Record the onset date and character of your headache. The exact date the headache began, whether infection, surgery, or a stressful event was present at that time—these are very important clues for diagnosis and prognosis prediction. In your headache diary, also note the intensity, associated symptoms, and medications taken.
Avoid analgesic overuse. Because pain is present daily, it is easy to take analgesics daily as well, but this creates a more difficult-to-treat situation complicated by medication overuse headache. The principle is to limit simple analgesics to fewer than 15 days per month and triptans or combination analgesics to fewer than 10 days per month.
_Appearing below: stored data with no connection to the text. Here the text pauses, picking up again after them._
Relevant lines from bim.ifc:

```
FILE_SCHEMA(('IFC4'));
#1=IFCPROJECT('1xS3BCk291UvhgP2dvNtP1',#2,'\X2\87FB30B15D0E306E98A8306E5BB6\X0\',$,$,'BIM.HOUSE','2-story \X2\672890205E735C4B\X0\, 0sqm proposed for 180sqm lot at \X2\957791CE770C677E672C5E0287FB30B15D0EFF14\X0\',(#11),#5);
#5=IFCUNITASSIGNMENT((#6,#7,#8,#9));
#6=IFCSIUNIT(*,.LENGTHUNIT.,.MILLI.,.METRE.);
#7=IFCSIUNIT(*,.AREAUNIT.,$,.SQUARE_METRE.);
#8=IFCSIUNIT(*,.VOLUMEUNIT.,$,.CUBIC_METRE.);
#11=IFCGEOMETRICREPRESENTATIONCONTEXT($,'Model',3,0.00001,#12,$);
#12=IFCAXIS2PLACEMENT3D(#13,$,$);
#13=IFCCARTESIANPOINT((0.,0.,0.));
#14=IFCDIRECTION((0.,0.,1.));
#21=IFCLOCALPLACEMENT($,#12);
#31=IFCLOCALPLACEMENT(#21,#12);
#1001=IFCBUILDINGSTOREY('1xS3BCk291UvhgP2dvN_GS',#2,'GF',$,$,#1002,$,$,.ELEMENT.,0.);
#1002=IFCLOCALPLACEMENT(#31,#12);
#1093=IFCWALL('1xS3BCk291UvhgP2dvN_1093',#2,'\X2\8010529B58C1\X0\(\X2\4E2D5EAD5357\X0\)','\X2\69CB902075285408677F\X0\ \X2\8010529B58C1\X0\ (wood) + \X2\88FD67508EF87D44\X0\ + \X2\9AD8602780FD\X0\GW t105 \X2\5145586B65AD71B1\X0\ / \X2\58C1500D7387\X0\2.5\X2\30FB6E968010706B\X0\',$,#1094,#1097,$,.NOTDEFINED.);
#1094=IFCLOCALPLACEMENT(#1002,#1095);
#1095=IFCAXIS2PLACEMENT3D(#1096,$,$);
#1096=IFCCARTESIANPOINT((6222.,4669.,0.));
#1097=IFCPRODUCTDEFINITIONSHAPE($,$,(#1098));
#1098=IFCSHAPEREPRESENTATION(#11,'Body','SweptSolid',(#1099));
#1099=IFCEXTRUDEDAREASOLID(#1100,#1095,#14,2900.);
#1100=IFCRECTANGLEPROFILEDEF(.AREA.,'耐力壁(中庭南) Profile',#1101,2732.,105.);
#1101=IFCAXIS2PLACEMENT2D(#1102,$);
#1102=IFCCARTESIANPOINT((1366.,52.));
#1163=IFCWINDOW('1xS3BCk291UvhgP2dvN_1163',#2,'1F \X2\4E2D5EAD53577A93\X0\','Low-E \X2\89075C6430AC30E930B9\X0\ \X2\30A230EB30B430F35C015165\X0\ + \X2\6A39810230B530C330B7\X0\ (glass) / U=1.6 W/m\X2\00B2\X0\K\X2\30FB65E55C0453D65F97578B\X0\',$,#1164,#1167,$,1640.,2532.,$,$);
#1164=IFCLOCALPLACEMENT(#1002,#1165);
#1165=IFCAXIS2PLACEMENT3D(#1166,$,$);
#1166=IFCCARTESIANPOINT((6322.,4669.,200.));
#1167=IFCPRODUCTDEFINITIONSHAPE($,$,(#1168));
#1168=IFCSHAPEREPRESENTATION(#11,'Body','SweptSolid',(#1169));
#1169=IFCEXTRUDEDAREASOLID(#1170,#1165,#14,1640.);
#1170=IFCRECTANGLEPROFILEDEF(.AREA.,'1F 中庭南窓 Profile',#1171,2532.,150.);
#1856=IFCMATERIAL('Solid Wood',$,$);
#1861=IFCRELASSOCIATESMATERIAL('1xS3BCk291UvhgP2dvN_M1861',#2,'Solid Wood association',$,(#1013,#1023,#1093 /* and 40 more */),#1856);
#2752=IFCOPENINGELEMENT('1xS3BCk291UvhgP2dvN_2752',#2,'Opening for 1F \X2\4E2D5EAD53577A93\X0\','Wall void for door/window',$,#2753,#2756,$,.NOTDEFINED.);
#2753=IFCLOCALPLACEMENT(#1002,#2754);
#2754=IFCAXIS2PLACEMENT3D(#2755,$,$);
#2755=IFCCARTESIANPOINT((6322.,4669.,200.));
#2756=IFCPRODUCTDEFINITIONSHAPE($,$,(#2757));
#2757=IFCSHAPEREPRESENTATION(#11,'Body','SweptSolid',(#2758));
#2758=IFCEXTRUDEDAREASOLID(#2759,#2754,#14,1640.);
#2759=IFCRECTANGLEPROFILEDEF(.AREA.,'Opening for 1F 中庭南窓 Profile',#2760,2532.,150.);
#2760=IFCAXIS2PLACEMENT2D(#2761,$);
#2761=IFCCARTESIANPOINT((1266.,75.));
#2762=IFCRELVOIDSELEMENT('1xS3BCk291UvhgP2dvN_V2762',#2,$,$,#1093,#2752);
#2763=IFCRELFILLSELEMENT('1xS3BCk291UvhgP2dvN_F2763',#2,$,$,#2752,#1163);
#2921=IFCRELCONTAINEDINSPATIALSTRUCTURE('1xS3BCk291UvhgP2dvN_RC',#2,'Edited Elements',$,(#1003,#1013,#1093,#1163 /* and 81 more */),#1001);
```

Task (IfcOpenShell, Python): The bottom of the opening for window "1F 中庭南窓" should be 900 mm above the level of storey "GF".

```python
import numpy as np
import ifcopenshell
import ifcopenshell.api.geometry
import ifcopenshell.geom
import ifcopenshell.util.element
import ifcopenshell.util.placement
import ifcopenshell.util.shape
import ifcopenshell.util.unit

model = ifcopenshell.open("bim.ifc")
unit_scale = ifcopenshell.util.unit.calculate_unit_scale(model)

window = model.by_guid("1xS3BCk291UvhgP2dvN_1163")
opening = window.FillsVoids[0].RelatingOpeningElement
storey = ifcopenshell.util.element.get_container(window, ifc_class="IfcBuildingStorey")
level = ifcopenshell.util.placement.get_local_placement(storey.ObjectPlacement)[2, 3]

# The opening's origin need not be at the sill, so measure its lowest point.
shape = ifcopenshell.geom.create_shape(ifcopenshell.geom.settings(), opening)
bottom = ifcopenshell.util.shape.get_shape_bottom_elevation(shape, shape.geometry) / unit_scale
dz = level + 900.0 - bottom

shift = np.array([0.0, 0.0, dz])
# The window is not placed relative to its opening, so move both.
for product in (opening, window):
    matrix = ifcopenshell.util.placement.get_local_placement(product.ObjectPlacement)
    matrix[:3, 3] += shift
    ifcopenshell.api.geometry.edit_object_placement(model, product=product, matrix=matrix, is_si=False)

print(f"moved by {dz * unit_scale:+.3f} m")

model.write("bim_rev.ifc")
```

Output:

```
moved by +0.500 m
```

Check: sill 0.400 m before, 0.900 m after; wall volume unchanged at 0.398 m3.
Stabilize your daily rhythm. Regular sleep and wake times, adequate hydration, moderation of excessive caffeine, and not skipping meals help lower the baseline level of pain.
Address neck and shoulder tension alongside stress. Correction of prolonged screen time posture, light aerobic exercise, breathing and relaxation training, and if necessary, cognitive behavioral therapy are recommended as adjunctive approaches.
Preventive pharmacotherapy follows the phenotype. For migraine-type presentation, migraine preventive medications such as amitriptyline, topiramate, or CGRP-targeted therapy are considered first; for tension-type, tricyclic antidepressants are prioritized. In some patients, nerve blocks and doxycycline or steroid trials based on the post-infection neuroinflammation hypothesis have been reported, but the evidence level remains limited. Always discuss with your attending physician which medication to use and in what dosage.
Seek immediate medical attention if you experience these warning signs:
“Thunderclap” headache reaching maximum intensity within 1 minute
Fever with neck stiffness or altered consciousness
Unilateral arm or leg weakness, speech disturbance, diplopia, or visual field defect and other neurological symptoms
Sudden worsening upon standing (suspect SIH) or worsening when lying down with pulsatile tinnitus (suspect IIH)
Headache beginning for the first time after age 50, weight loss, history of cancer or immunocompromise
New headache during pregnancy or immediately postpartum
Conclusion
NDPH is “a headache whose onset day is remembered.” That memory is a source of anxiety, but it is simultaneously the strongest clue to diagnosis and treatment. If a headache begins one day and persists daily without stopping, rather than managing it alone with analgesics, the fastest path to recovery is to first exclude dangerous causes through proper imaging studies and then begin preventive treatment matched to the clinical phenotype. Please record the onset date and associated symptoms and visit a headache clinic.